# GROSSES PROBLEM ! Bitte helft mir!



## ChristianK (10. März 2004)

Guten Morgen zusammen,

ihr seid mit meine letzte Anlaufstelle und hoffe, daß ihr mir helfen könnt. Ich habe derzeit ziemlich heftige Problem mit meinem Rechner, der ständig abstürzt. Ich habe WinXP drauf, einen Athlon mit 1,2Ghz und 512MB Ram. Das erste Mal stürzt er nach ca. 2 Stunden ab, während ich unter WinXP arbeite, sprich der Rechner geht (ohne blauen Bildschirm) aus und geht dann auch wieder sofort an. Das nächste Mal bis zum Absturz dauert es dann ca. 15 Minuten und danach im 5 Minuten Rhythmus. Dafür muß ich noch nicht mal irgendein Programm aufrufen, sondern der Rechner geht so oder so aus. Es ist auch schon mal vorgekommen, daß der Rechner ausging und es nicht mehr möglich war, ihn einzuschalten. Hab dann 1-2 Minuten gewartet und dann ging es wieder. Habe den Rechner schon aufgeschraubt, um zu schauen, ob ich irgendwas erkenne, aber Fehlanzeige. Alle Lüfter drehen sich. Ein Techniker aus einem Computer-Shop (der für die Überprüfung alleine 40 Euro verlangt), den ich anrief, meinte, daß es das Netzteil nicht sein könnte, sondern es sich vielmehr um ein Temperatur-Problem handeln könnte oder daß der Speicher defekt wäre. Wie kann ich das überprüfen ? Bzw. woran könnte es noch liegen ? Der Techniker meinte, daß er erst mal WinXP nochmal neu installieren würde, aber ich kann mir schwer vorstellen, daß es nur daran liegt, sondern das ein Hardware Defekt vorliegt. Hatte irgendeiner von euch auch schon mal so ein Problem ? Hab mir den Motherbard Monitor runtergeladen (mit deutschem Sprachpaket), aber ich blicke da nicht so recht durch, welche Daten davon wichtig sein könnten. Bitte helft mir. Vielen vielen Dank

Christian


----------



## fluessig (10. März 2004)

Ich denke Dir hilft nur viel probieren:
Du könntest dem Tipp mit dem Speicher nachgehen, wenn du mehr als einen Riegel hast. Ich halte es für unwahrscheinlich, dass 2 Speicherriegel kaputt gehen. Also lass den Rechner mit  nur einem Speicherriegel laufen. Dann mit dem anderen.
Wenn du eine alte Grafikkarte hast, dann tausche sie aus und überprüfe.
...
alles was du an Teilen hast kannst du so Schritt für Schritt austauschen und testen. Das wird mühsam, weil der Rechner ja erst nach 2 Stunden nicht mehr mag.

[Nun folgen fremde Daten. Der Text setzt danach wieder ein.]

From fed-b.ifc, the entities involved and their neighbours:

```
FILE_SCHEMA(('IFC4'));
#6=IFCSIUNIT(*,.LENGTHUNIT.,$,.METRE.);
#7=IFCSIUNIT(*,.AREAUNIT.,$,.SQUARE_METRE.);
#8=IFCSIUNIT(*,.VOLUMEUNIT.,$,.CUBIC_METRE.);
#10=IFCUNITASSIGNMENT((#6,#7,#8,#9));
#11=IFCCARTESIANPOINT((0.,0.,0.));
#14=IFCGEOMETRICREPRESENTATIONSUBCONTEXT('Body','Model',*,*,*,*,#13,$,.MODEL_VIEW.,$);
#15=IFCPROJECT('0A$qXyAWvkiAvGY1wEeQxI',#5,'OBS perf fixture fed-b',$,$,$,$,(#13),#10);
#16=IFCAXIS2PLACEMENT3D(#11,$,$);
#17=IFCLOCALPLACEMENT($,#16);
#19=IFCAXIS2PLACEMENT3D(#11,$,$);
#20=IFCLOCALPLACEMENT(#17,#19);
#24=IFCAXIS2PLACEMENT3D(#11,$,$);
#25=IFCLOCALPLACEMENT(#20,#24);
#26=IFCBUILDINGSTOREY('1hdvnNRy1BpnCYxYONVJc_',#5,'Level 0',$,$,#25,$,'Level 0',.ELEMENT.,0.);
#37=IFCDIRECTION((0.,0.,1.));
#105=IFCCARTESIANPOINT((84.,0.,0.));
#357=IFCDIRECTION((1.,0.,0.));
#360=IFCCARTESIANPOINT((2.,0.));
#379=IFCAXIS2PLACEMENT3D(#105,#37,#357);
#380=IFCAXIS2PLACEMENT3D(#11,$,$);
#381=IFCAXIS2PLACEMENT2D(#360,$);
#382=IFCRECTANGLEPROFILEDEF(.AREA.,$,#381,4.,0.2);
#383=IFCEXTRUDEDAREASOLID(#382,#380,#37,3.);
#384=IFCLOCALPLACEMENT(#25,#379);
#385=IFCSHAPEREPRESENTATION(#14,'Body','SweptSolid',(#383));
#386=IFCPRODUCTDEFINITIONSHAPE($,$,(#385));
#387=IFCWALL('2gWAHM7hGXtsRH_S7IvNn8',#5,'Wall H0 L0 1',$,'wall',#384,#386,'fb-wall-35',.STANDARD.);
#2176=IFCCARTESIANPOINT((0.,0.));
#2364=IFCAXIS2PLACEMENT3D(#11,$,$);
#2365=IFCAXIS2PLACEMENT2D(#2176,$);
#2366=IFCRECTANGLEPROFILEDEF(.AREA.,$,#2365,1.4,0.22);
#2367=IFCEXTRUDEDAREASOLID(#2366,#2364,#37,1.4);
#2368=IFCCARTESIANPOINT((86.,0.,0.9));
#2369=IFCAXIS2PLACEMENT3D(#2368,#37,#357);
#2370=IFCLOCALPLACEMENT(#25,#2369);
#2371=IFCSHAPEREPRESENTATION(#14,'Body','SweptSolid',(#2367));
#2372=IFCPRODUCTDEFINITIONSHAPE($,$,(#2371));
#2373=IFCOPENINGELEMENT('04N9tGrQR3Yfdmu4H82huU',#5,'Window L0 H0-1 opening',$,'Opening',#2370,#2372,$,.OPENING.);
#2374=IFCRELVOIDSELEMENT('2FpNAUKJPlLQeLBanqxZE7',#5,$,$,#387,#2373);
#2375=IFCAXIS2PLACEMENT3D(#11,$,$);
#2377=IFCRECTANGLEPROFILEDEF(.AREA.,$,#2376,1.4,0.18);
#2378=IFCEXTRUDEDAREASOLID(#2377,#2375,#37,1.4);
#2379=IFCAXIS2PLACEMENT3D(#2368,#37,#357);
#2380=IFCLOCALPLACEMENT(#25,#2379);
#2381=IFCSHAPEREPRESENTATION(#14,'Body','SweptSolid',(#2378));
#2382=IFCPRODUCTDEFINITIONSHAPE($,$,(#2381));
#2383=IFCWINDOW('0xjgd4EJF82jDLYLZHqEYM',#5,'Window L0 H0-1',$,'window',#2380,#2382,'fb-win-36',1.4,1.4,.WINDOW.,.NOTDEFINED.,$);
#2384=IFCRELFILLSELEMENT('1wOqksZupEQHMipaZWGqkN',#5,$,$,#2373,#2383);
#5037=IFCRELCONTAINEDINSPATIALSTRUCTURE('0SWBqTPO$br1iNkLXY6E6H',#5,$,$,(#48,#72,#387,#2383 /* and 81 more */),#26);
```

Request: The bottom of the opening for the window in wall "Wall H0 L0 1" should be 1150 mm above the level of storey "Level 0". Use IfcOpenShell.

```python
import numpy as np
import ifcopenshell
import ifcopenshell.api.geometry
import ifcopenshell.geom
import ifcopenshell.util.element
import ifcopenshell.util.placement
import ifcopenshell.util.shape
import ifcopenshell.util.unit

model = ifcopenshell.open("fed-b.ifc")
unit_scale = ifcopenshell.util.unit.calculate_unit_scale(model)

window = model.by_guid("0xjgd4EJF82jDLYLZHqEYM")
opening = window.FillsVoids[0].RelatingOpeningElement
storey = ifcopenshell.util.element.get_container(window, ifc_class="IfcBuildingStorey")
level = ifcopenshell.util.placement.get_local_placement(storey.ObjectPlacement)[2, 3]

# The opening's origin need not be at the sill, so measure its lowest point.
shape = ifcopenshell.geom.create_shape(ifcopenshell.geom.settings(), opening)
bottom = ifcopenshell.util.shape.get_shape_bottom_elevation(shape, shape.geometry) / unit_scale
dz = level + 1.15 - bottom

shift = np.array([0.0, 0.0, dz])
# The window is not placed relative to its opening, so move both.
for product in (opening, window):
    matrix = ifcopenshell.util.placement.get_local_placement(product.ObjectPlacement)
    matrix[:3, 3] += shift
    ifcopenshell.api.geometry.edit_object_placement(model, product=product, matrix=matrix, is_si=False)

print(f"moved by {dz * unit_scale:+.3f} m")

model.write("fed-b_v2.ifc")
```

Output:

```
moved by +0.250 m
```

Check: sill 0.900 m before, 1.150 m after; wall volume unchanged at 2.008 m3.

Wenn ich tippen müßte würde ich sagen, dass es am Netzgerät liegt. Aber dafür gibt es keinen Beweis.


----------



## DeeZ (10. März 2004)

*CPU-Kühler*

Hallo Christian,

so ähnlich wie bei dir, war es bei mir auch schon einmal aufgetreten. Hab auch vermutet, dass es bei mir am RAM liegen könnte, was es aber nicht war. Desweiteren bin ich darauf aufmerksam geworden, dass mein CPU-Kühler nicht mehr richtig funktionierte, da er ziemlich verstuabt war. Ihc nahm ihn also raus und säuberte ihn von den ganzen Staub und siehe da, es funktionierte. 
Ich hoffe also Mal, dass es bei dir auch helfen wird. Ansonsten auch Mal über den Kauf eines neuen Kühlers nachdenken. Lieber da Mal ein paar Euro ausgeben, als nachher eine neue CPU kaufen *müssen*.

DeeZ


----------



## Nessa (10. März 2004)

Bei mir war es ähnlich CPU-Kühler bzw. Ventilator verstaubt - aufschrauben reinigen bzw. bei Notebook am offenen Fenster arbeiten *gg* bzw. mit Legosteinen hochstellen *grins* (damit die kalte Luft unten ordentlich durchzieht) - was einem halt so alles einfällt - von Eiswürfeln würde ich eher abraten (Scherzerl).


----------



## ChristianK (10. März 2004)

Na gut, dann werde ich mich heute nachmittag mal dran setzen und alles auseinander bauen und mir auch speziell den CPU Lüfter mal anschauen und ggf. reinigen. Wenn alles nichts hilft, kann es ja nur noch am Netzteil liegen.
Ich danke euch für eure Tipps.

Christian


----------



## Carndret (10. März 2004)

Ist der Rechner neu oder lief der in der Konfiguration schon mal?
Ich würde auch darauf tippen, dass die CPU zu heiß wird, deshalb schaltet er auch nach den 2 Studen alle 5min aus, weil er dann schon seine Max. Temperatur erreicht hat und noch heiß ist. Wenn es nicht zu schwer ist, dann lass ihn doch mal laufen bis er abstürzt und wenn du bootest gehst du sofort ins BIOS und schaust wie heiß er ist. Oder du lädst dir ein Programm runter, das dir die Ventilatorgeschwindigkeit und die Temperatur in Windows anzeigt. Muss mal nach "fan speed", "cpu temperature" oder beidem zusammen schauen.
Ich nehme mal an dein Mainboard unterstützt diese Funktion - ist ja noch nicht so alt.


----------



## ChristianK (10. März 2004)

Mit dem BIOS ist eine sehr gute Idee. Lade mir mal die entsprechenden Progs runter. Danke schön


----------



## Moosehead (10. März 2004)

Hallo Christian, 

was steht denn in der Ereignisanzeige?
Dort sollte der Grund des Neustarts oder des Absturzes stehen. Es steht Quelle des Fehlers und Ereignis ID.
Mit diesen Angaben mal bei Microsoft oder bei Google suchen. Vielleicht bekommst Du dort herraus, woran es liegt.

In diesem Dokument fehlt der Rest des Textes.